DFOIL were linked to different polarized introgression events (with an explicit direction) and another 2 to paires of non polarized (both directions) events (see Table 1. in Pease and Hahn 2015). Our simulations yield additional results when taking into account unsampled lineages and ghost introgressions. We observed two additional DFOIL patterns, “00++” and “00--” that can be interpreted as non polarized events. Furthermore, any non polarized event can be explained either by an introgression between an ancestor of one and a from the opposite clade or an introgression from a midgroup to the second species of the opposite clade. For example, the Dfoil pattern “++00” arise from the event P1P2<->P3 but could also be observed following the event Ghost->P4. For “--00”, events are P1P2<->P4 and Ghost->P3. For the two new patterns, “00--” and “00++”, events are P3P4<->P1 and Ghost->P2 and events are P3P4<->P2 and Ghost->P1 respectively. It should be noted that, similarly to the D-statistics, an introgression from the lineages or an external lineages to the quintet will produce the same pattern as a midgroup ghost interpretation (Supplementary fig. S3). Given that the ancestor of P3 and P4 is always older than the ancestor of P1 and P2, implies that a lineage with no descendant available inside the ingroup is the donor for those two DFOIL patterns, either a sister lineage to P3P4 or a midgroup ghost lineage. Conversely polarized events can not be explained by any events involving midgroup ghost lineages. Meaning that Dfoil can only be erroneously interpreted if the pattern is non polarized.

Pease, James B., and Matthew W. Hahn. 2015. “Detection and Polarization of Introgression in a Five-Taxon Phylogeny.” Systematic 64 (4): 651–62. https://doi.org/10.1093/sysbio/syv023. Supplementary Figures

Supplementary Figure S1. Proportion of erroneous interpretation of D-statistics for all subsets of parameters testeed. Mean proportion of erroneous interpretations observed (y-axis) as a function of the taxonomic sampling effort (x-axis) 20 species sampled for N extent species simulated (N = 20, 40, 60, 80, 100) by the distance to the outgroup (columns) for different strengths of the phylogenetic distance effect (lines) as controlled by α (α = 0 -no effect-, 1, 10, 100 and 1000). Supplementary Figure 2. D-statistics distribution (y-axis) for each event introgression events (x-axis) that can create a detectable excess of ABBA or BABA patterns as identified by the D-statistics (or Patterson’s D) test. Introgression events that are not expected to produce significant D-statistics (exemple between sister lineages) are not shown here. Using approach 1, 100 random species trees with 20 extent species at the end and one introgression were simulated. In this figure lineages called “O” are outside the quartet, lineages called “P4” are the outgroup of the quartet. Ghost introgressions are called “N2P1” or “N2P2”. Introgressions from and to the outgroup or from lineages outside the quartet are annotated “P4P1”, “P4P2”, “P1P4”, “P2P4”, “OP1”, “OP1”.

Supplementary Figure 3. DFOIL results for all possible introgression events, involving ingroup lineages (P1, P2, P3, P4, P1P2 and P3P4), midgroup lineages (N2) or the outgroup and lineages outside the quintet (P5 and O). Using approach 1 (see Material and Method in main text), 100 random species trees with 20 extent species at the end and one introgression were simulated.
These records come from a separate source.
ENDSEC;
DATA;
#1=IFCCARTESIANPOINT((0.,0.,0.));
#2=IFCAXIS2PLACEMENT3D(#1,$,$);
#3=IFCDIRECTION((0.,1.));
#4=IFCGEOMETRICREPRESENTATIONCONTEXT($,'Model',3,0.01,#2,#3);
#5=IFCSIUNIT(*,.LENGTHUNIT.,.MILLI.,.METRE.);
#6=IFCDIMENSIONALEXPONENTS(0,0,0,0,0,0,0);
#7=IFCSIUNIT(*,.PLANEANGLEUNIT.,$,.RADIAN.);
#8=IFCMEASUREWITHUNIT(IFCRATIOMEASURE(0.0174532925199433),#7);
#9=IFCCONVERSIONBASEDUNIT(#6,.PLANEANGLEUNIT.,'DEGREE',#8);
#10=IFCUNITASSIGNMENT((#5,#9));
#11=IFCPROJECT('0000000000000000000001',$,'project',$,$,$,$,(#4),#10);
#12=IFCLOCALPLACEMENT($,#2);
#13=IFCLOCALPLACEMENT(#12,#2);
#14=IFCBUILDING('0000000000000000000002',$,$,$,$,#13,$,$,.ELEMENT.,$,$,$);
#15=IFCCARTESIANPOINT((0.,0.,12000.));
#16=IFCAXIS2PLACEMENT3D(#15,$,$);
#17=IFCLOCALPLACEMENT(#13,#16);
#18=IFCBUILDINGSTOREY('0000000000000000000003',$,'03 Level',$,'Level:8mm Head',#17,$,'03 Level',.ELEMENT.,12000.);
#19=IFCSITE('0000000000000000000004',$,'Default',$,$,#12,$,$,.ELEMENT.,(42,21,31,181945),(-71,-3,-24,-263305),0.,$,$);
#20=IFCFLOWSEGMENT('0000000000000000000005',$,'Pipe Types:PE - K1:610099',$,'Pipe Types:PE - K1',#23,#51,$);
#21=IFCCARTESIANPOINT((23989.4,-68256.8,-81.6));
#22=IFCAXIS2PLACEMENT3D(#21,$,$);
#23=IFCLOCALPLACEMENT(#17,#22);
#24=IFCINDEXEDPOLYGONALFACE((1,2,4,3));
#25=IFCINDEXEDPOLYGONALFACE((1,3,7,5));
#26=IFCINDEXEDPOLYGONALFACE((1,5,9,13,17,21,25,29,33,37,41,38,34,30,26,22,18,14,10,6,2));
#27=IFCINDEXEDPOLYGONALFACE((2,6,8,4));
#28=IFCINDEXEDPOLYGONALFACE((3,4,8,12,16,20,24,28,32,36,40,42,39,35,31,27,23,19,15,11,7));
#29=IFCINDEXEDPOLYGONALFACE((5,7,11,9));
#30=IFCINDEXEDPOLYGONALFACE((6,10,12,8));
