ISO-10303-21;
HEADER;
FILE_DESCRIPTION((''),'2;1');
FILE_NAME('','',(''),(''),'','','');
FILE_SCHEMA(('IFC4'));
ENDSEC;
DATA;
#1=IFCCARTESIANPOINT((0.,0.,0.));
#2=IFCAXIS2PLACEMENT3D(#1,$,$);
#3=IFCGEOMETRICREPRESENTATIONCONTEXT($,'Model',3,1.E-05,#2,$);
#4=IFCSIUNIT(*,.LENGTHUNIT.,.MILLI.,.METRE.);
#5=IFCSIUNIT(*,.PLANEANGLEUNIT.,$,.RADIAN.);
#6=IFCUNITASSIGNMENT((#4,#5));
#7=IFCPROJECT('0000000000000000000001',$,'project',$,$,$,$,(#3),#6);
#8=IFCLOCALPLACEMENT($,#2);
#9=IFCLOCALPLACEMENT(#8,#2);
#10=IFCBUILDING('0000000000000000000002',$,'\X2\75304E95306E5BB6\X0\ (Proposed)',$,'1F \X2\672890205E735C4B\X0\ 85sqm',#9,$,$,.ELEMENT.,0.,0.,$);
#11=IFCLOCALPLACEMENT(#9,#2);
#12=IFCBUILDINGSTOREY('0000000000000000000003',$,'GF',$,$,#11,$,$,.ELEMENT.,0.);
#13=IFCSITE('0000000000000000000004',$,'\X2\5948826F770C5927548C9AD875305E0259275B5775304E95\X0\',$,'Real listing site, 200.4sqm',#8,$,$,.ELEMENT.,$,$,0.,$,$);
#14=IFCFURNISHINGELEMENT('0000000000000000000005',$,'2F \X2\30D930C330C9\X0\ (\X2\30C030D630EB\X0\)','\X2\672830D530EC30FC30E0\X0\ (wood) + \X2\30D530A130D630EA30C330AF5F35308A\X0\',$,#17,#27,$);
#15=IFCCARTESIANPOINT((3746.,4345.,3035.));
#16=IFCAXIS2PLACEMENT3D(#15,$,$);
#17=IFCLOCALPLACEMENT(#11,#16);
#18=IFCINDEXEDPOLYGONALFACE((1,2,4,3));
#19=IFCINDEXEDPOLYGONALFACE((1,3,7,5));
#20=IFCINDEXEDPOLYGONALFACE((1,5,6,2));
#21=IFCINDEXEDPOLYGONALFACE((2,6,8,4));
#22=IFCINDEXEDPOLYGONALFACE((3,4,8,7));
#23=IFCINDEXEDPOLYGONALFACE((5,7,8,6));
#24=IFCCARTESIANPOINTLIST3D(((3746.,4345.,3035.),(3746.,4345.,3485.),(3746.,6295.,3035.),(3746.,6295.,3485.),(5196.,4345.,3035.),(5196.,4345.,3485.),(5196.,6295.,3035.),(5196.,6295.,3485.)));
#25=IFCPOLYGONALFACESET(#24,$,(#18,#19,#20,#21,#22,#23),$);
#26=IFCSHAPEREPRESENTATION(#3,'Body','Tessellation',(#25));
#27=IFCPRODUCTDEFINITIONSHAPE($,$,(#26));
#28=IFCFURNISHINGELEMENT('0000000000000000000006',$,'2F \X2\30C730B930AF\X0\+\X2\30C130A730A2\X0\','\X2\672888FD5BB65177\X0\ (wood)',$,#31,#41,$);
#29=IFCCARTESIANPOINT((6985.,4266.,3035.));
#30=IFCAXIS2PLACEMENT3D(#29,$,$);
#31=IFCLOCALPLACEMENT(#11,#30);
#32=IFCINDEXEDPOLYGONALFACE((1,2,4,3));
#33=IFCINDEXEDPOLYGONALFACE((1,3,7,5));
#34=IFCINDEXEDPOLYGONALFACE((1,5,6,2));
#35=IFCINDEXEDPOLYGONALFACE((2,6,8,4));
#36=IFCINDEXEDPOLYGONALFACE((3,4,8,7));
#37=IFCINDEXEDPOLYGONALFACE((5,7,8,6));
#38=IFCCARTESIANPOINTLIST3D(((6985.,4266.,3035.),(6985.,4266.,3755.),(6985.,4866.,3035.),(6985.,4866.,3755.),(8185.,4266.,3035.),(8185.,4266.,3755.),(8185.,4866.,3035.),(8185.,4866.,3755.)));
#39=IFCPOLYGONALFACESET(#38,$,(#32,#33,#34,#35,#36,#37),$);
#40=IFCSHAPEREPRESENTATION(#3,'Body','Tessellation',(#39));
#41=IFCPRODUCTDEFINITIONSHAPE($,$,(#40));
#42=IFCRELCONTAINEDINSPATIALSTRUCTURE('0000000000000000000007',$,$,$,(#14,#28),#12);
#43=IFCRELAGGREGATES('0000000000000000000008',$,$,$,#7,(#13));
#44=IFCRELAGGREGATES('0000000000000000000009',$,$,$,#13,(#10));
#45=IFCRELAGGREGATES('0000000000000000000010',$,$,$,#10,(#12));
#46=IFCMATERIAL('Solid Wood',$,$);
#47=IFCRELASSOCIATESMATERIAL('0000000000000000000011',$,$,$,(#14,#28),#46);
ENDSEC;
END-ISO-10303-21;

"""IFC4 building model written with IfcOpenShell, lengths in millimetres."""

from ifc_helpers import new_model, si_unit, frame, frame_2d, origin, place, context, project, spatial, rectangle, extrude, material, element, save


model = new_model("IFC4")

# Units and contexts
model_context = context("Model", 3, precision=1e-05, world=origin())
ifc_project = project(units=[si_unit("LENGTHUNIT", "METRE", prefix="MILLI"), si_unit("PLANEANGLEUNIT", "RADIAN")], contexts=[model_context])

# Site, building, storey
site_placement = place(None, origin())
site = spatial("IfcSite", under=ifc_project, at=site_placement, Name="奈良県大和高田市大字田井", ObjectType="Real listing site, 200.4sqm", CompositionType="ELEMENT", RefElevation=0.0)
building_placement = place(site_placement, origin())
building = spatial("IfcBuilding", under=site, at=building_placement, Name="田井の家 (Proposed)", ObjectType="1F 木造平屋 85sqm", CompositionType="ELEMENT", ElevationOfRefHeight=0.0, ElevationOfTerrain=0.0)
storey_placement = place(building_placement, origin())
storey = spatial("IfcBuildingStorey", under=building, at=storey_placement, Name="GF", CompositionType="ELEMENT", Elevation=0.0)

# Shared definitions
ifc_material_1 = material(Name="Solid Wood")

# Furnishing elements
furnishing_1_placement = place(storey_placement, frame((3746.0, 4345.0, 3035.0)))
element("IfcFurnishingElement", 1, at=furnishing_1_placement, inside=storey, material=ifc_material_1, Name="2F ベッド (ダブル)", Description="木フレーム (wood) + ファブリック張り", context=model_context, shape_type="SweptSolid", body=[
    extrude(rectangle(XDim=1450.0, YDim=1950.0, at=frame_2d((725.0, 975.0))), frame((3746.0, 4345.0, 3035.0)), (0.0, 0.0, 1.0), 450.0),
])
furnishing_2_placement = place(storey_placement, frame((6985.0, 4266.0, 3035.0)))
element("IfcFurnishingElement", 2, at=furnishing_2_placement, inside=storey, material=ifc_material_1, Name="2F デスク+チェア", Description="木製家具 (wood)", context=model_context, shape_type="SweptSolid", body=[
    extrude(rectangle(XDim=1200.0, YDim=600.0, at=frame_2d((600.0, 300.0))), frame((6985.0, 4266.0, 3035.0)), (0.0, 0.0, 1.0), 720.0),
])

save(model, "model.ifc")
For each event the corresponding 4 signs pattern is represented by +/−/0 signs (see text). A pattern represents the observed values of four D-like statistics DFO⁠, DIL,⁠

DFI⁠, and DOL (see supplementary materials).
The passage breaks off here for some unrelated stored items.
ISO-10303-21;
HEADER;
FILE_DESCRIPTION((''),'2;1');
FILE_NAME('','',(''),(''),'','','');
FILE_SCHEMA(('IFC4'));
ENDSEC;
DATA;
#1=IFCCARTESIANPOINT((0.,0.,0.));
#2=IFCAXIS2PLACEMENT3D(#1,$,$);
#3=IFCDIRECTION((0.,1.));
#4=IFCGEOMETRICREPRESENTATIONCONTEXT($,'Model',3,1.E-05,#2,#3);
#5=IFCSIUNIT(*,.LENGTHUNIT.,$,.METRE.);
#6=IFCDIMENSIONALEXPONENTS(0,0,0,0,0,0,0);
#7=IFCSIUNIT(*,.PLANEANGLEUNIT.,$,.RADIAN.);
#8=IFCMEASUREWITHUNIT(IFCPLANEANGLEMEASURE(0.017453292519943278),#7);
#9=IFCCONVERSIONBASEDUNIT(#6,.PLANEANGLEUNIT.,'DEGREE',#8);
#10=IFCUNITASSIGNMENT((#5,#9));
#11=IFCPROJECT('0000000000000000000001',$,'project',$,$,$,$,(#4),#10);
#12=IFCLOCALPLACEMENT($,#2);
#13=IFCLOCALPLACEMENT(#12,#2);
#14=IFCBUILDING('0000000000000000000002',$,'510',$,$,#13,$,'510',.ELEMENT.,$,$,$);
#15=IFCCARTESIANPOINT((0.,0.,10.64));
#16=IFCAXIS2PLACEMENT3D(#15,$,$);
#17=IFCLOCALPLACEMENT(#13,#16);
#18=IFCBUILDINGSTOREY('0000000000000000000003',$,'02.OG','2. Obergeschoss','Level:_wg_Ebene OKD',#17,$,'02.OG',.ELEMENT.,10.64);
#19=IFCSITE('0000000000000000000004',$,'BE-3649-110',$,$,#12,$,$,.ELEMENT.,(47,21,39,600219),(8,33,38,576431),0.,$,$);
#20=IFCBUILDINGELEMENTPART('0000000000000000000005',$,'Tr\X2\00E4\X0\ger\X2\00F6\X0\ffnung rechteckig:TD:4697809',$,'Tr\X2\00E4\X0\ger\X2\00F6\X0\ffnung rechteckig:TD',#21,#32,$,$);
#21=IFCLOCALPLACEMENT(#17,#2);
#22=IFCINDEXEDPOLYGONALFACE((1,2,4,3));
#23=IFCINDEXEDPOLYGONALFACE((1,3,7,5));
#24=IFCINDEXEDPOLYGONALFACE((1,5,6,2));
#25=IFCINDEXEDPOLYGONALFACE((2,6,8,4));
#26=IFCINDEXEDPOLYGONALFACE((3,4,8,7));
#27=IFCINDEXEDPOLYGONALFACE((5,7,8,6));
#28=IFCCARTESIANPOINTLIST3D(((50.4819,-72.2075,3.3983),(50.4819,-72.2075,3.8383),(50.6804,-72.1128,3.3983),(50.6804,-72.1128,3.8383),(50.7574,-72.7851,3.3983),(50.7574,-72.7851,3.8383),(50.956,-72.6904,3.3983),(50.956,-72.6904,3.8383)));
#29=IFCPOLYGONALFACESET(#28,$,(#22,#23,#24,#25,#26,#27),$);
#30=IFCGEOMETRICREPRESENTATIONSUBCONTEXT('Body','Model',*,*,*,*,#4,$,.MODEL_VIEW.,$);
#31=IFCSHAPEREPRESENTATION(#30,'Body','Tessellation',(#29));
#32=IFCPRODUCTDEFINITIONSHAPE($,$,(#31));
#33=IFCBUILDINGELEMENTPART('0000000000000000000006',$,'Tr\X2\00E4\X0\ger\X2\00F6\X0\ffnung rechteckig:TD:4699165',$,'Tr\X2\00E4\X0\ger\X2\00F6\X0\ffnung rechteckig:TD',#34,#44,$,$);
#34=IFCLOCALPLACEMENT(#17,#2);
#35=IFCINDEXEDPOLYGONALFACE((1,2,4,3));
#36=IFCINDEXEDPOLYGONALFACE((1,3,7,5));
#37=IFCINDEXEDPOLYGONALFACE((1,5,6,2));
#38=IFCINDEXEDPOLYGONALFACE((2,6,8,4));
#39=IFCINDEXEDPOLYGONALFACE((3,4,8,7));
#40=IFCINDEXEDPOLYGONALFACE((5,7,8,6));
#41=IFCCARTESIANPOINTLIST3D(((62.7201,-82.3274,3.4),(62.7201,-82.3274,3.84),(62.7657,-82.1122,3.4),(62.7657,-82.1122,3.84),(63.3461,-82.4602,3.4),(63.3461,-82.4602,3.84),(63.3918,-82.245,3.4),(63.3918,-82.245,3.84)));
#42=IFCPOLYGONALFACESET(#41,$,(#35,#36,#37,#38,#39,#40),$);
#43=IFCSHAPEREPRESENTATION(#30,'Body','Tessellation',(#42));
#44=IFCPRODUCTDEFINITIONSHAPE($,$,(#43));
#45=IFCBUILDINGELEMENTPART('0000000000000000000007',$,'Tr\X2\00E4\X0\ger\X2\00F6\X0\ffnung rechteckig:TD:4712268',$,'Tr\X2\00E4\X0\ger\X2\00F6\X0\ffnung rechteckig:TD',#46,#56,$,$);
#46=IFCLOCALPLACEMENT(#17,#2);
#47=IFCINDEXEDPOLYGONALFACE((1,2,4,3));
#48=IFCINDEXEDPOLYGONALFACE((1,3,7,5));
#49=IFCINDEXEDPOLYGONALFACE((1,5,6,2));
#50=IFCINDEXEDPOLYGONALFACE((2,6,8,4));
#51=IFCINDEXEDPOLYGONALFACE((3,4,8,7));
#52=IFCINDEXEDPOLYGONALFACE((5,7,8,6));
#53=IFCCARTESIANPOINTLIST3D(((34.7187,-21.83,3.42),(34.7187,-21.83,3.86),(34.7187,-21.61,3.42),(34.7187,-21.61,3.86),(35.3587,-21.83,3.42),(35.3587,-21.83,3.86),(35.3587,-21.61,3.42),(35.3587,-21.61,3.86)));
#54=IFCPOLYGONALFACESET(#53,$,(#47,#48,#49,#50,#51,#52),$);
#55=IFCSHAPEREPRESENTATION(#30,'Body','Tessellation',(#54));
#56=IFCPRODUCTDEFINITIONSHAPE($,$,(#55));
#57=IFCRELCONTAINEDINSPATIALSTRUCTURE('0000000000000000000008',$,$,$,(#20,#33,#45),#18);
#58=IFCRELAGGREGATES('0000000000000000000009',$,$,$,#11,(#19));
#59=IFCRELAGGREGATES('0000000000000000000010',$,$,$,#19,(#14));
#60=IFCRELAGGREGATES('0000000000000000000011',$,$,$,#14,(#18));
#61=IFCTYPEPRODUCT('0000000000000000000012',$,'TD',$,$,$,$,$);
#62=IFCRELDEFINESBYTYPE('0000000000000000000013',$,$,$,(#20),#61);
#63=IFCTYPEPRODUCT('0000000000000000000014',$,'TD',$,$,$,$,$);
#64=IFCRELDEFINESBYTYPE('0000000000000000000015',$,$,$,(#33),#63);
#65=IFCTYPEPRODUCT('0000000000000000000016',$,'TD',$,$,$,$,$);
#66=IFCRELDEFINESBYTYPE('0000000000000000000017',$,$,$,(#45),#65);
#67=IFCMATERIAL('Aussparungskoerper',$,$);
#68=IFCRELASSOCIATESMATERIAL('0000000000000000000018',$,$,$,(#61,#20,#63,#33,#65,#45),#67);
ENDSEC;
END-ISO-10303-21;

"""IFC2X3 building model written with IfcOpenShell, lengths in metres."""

from ifc_helpers import new_model, entity, si_unit, converted_unit, direction, frame, frame_2d, origin, origin_2d_with_axis, place, context, subcontext, project, spatial, rectangle, extrude, source, transform, mapped, material, type_object, type_shapes, element, save


model = new_model("IFC2X3")

# Units and contexts
model_context = context("Model", 3, precision=1e-05, world=origin(), true_north=direction((0.0, 1.0)))
body_context = subcontext(model_context, "Body", "Model", "MODEL_VIEW")
ifc_project = project(units=[si_unit("LENGTHUNIT", "METRE"), converted_unit("PLANEANGLEUNIT", "DEGREE", entity("IfcPlaneAngleMeasure", 0.017453292519943278), si_unit("PLANEANGLEUNIT", "RADIAN"), dimensions=[0, 0, 0, 0, 0, 0, 0])], contexts=[model_context])

# Site, building, storey
site_placement = place(None, origin())
site = spatial("IfcSite", under=ifc_project, at=site_placement, Name="BE-3649-110", CompositionType="ELEMENT", RefLatitude=(47, 21, 39, 600219), RefLongitude=(8, 33, 38, 576431), RefElevation=0.0)
building_placement = place(site_placement, origin())
building = spatial("IfcBuilding", under=site, at=building_placement, Name="510", LongName="510", CompositionType="ELEMENT")
storey_placement = place(building_placement, frame((0.0, 0.0, 10.64)))
storey = spatial("IfcBuildingStorey", under=building, at=storey_placement, Name="02.OG", Description="2. Obergeschoss", ObjectType="Level:_wg_Ebene OKD", LongName="02.OG", CompositionType="ELEMENT", Elevation=10.64)

# Building element parts
ifc_material_1 = material(Name="Aussparungskoerper")
type_product_1 = type_object("IfcTypeProduct", Name="TD", material=ifc_material_1)
shared_shape_1 = source(origin(), body_context, "Body", "SweptSolid", [
    extrude(rectangle(XDim=0.22, YDim=0.64, at=frame_2d((0.0, 0.0), x_axis=(1.0, 0.0))), frame((50.7189, -72.449, -0.44), z_axis=(0.0, 0.0, 1.0), x_axis=(0.902586, 0.43051, 0.0)), (0.0, 0.0, 1.0), 0.44),
])
type_shapes(type_product_1, [shared_shape_1])
building_element_part_1_placement = place(storey_placement, frame((0.0, 0.0, 3.8383)))
element("IfcBuildingElementPart", 1, at=building_element_part_1_placement, inside=storey, type_object=type_product_1, material=ifc_material_1, Name="Trägeröffnung rechteckig:TD:4697809", ObjectType="Trägeröffnung rechteckig:TD", context=body_context, shape_type="MappedRepresentation", body=[
    mapped(shared_shape_1, transform((0.0, 0.0, 0.0), scale=1.0)),
])
type_product_2 = type_object("IfcTypeProduct", Name="TD", material=ifc_material_1)
shared_shape_2 = source(origin(), body_context, "Body", "SweptSolid", [
    extrude(rectangle(XDim=0.44, YDim=0.64, at=origin_2d_with_axis()), frame((0.0, 0.0, -0.22), z_axis=(0.0, 0.0, 1.0), x_axis=(0.0, 1.0, 0.0)), (0.0, 0.0, 1.0), 0.22),
])
type_shapes(type_product_2, [shared_shape_2])
building_element_part_2_placement = place(storey_placement, frame((63.0331, -82.3938, 3.62), z_axis=(-0.207566, -0.978221, 0.0), x_axis=(0.978221, -0.207566, 0.0)))
element("IfcBuildingElementPart", 2, at=building_element_part_2_placement, inside=storey, type_object=type_product_2, material=ifc_material_1, Name="Trägeröffnung rechteckig:TD:4699165", ObjectType="Trägeröffnung rechteckig:TD", context=body_context, shape_type="MappedRepresentation", body=[
    mapped(shared_shape_2, transform((0.0, 0.0, 0.0), scale=1.0)),
])
type_product_3 = type_object("IfcTypeProduct", Name="TD", material=ifc_material_1)
shared_shape_3 = source(origin(), body_context, "Body", "SweptSolid", [
    extrude(rectangle(XDim=0.22, YDim=0.64, at=frame_2d((0.0, 0.0), x_axis=(1.0, 0.0))), frame((35.0387, -21.72, -0.44), z_axis=(0.0, 0.0, 1.0), x_axis=(0.0, 1.0, 0.0)), (0.0, 0.0, 1.0), 0.44),
])
type_shapes(type_product_3, [shared_shape_3])
building_element_part_3_placement = place(storey_placement, frame((0.0, 0.0, 3.86)))
element("IfcBuildingElementPart", 3, at=building_element_part_3_placement, inside=storey, type_object=type_product_3, material=ifc_material_1, Name="Trägeröffnung rechteckig:TD:4712268", ObjectType="Trägeröffnung rechteckig:TD", context=body_context, shape_type="MappedRepresentation", body=[
    mapped(shared_shape_3, transform((0.0, 0.0, 0.0), scale=1.0)),
])

save(model, "model.ifc")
Supplementary Figure 4. Effect of the outgroup distance on the proportion of erroneous interpretation of the DFOIL. Proportion of erroneous interpretations due to ghost midgroup introgression observed (y-axis), function of the range for R which quartet are considered (x-axis). Supplementary Figure 5. Effect of the size of the species tree on the proportion of erroneous interpretation of the D-statistics. Proportion of erroneous interpretations observed (y-axis), function of the number of extinct lineages in the species tree (x-axis). Species trees were simulated using 4 rate, pext

(pext = 0, 0.3, 0.6, 0.9). For each parameter pext, 1000 species trees were simulated with 20 extant species at the end and with 100 introgressions sampled.